Nonreciprocal Easement. Easements in CC&Rs that are not reciprocal do not qualify as common areas. For example, “Every Member of the Association shall have a non-exclusive easement for use and enjoyment of the Recreational Facilities and any improvements thereon or open space areas therein, which shall be appurtenant to and pass with title to each Lot, subject to all of the easements, covenants, conditions, restrictions and other provisions contained in the Declarations and this Master Declaration.” This does not create a reciprocal easement because there is not a shared burden. The members’ properties are not burdened by an easement—only the recreation facility is burdened by an easement. (Cheveldave v. Tri Palms Unified Owners Association (2018) 27 Cal.App.5th 1202, 1215.)
Maintenance Requirement.
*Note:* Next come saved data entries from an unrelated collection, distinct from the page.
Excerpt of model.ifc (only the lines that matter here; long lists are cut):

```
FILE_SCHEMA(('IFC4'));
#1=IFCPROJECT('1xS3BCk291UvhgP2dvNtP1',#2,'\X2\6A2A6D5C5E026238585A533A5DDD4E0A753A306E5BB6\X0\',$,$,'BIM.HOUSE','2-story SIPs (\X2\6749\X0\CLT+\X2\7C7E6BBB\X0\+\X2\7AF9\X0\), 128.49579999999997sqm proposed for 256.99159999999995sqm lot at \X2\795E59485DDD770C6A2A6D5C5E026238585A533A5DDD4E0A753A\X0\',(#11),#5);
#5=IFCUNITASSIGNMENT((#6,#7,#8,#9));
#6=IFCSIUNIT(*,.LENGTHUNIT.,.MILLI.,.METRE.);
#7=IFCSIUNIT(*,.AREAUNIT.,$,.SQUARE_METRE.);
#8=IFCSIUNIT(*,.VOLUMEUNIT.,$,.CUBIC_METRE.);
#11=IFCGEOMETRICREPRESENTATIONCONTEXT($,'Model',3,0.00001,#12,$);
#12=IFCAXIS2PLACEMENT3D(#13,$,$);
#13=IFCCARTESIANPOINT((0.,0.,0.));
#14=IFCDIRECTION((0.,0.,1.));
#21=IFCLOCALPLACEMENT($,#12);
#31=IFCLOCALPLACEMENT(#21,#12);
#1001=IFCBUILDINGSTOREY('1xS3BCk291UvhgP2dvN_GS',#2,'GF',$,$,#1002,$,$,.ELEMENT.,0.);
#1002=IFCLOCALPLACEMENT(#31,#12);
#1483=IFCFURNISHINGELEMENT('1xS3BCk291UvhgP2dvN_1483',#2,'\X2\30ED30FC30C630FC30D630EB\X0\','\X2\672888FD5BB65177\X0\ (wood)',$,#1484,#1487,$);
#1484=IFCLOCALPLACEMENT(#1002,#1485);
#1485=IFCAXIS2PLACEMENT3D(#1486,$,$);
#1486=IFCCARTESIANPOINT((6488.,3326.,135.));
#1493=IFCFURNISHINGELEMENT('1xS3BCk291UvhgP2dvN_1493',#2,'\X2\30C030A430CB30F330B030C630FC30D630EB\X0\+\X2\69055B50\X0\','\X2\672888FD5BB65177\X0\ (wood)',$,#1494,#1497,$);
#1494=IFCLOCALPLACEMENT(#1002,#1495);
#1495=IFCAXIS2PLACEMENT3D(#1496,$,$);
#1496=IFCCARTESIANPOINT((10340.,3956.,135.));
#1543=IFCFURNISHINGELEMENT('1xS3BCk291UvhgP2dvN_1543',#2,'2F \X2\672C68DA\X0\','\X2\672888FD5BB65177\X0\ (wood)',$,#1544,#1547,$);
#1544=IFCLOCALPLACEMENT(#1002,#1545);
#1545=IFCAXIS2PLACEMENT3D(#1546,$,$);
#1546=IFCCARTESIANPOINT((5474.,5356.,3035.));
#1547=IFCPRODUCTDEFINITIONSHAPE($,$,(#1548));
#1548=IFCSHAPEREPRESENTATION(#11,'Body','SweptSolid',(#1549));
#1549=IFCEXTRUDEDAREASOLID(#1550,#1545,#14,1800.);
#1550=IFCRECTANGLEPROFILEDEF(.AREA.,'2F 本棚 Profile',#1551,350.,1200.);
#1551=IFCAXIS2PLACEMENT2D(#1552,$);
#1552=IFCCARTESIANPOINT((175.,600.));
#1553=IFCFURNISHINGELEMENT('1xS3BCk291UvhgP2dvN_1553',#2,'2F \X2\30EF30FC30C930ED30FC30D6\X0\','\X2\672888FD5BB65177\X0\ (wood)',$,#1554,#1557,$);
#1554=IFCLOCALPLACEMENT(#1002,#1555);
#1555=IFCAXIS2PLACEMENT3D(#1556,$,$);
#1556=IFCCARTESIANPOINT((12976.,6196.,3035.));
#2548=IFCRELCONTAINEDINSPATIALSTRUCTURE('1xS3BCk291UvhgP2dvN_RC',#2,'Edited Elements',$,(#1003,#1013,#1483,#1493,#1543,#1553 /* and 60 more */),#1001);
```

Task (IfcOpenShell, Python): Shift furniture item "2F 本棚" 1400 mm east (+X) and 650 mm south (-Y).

```python
import ifcopenshell
import ifcopenshell.api.geometry
import ifcopenshell.util.placement
import ifcopenshell.util.unit

model = ifcopenshell.open("model.ifc")
unit_scale = ifcopenshell.util.unit.calculate_unit_scale(model)

item = model.by_guid("1xS3BCk291UvhgP2dvN_1543")
matrix = ifcopenshell.util.placement.get_local_placement(item.ObjectPlacement)
matrix[0, 3] += 1.4 / unit_scale
matrix[1, 3] -= 0.65 / unit_scale
ifcopenshell.api.geometry.edit_object_placement(model, product=item, matrix=matrix, is_si=False)

print(ifcopenshell.util.placement.get_local_placement(item.ObjectPlacement).round(3) + 0.0)

model.write("model_rev.ifc")
```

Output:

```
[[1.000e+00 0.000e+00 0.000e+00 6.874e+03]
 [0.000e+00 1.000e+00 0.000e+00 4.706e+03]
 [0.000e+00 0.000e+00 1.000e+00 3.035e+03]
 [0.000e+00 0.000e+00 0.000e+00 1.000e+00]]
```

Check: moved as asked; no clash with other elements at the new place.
Another element to evaluate in determining whether a reciprocal easement qualifies as common area is whether it is owned by the association or in common by owners and whether it is sufficiently defined to be maintained. Civil Code § 4175 states:
“Planned development” means a real property development…having either or both of the following features: (a) Common area that is owned either by an association or in common by the owners of the separate interests who possess appurtenant rights to the beneficial use and enjoyment of the common area. (b) Common area and an association that maintains the common area with the power to levy assessments that may become a lien upon the separate interests in accordance with Article 2 (commencing with Section 5650) of Chapter 8.
Drainage easements between lots are held by adjacent lot owners and are not owned by the association or in common by members of the association. Because they are held by adjacent owners, they are maintained by those owners, not the association. As such, they do not meet the definition of common area and cannot be used to convert a non-CID development into a Davis-Stirling common interest development.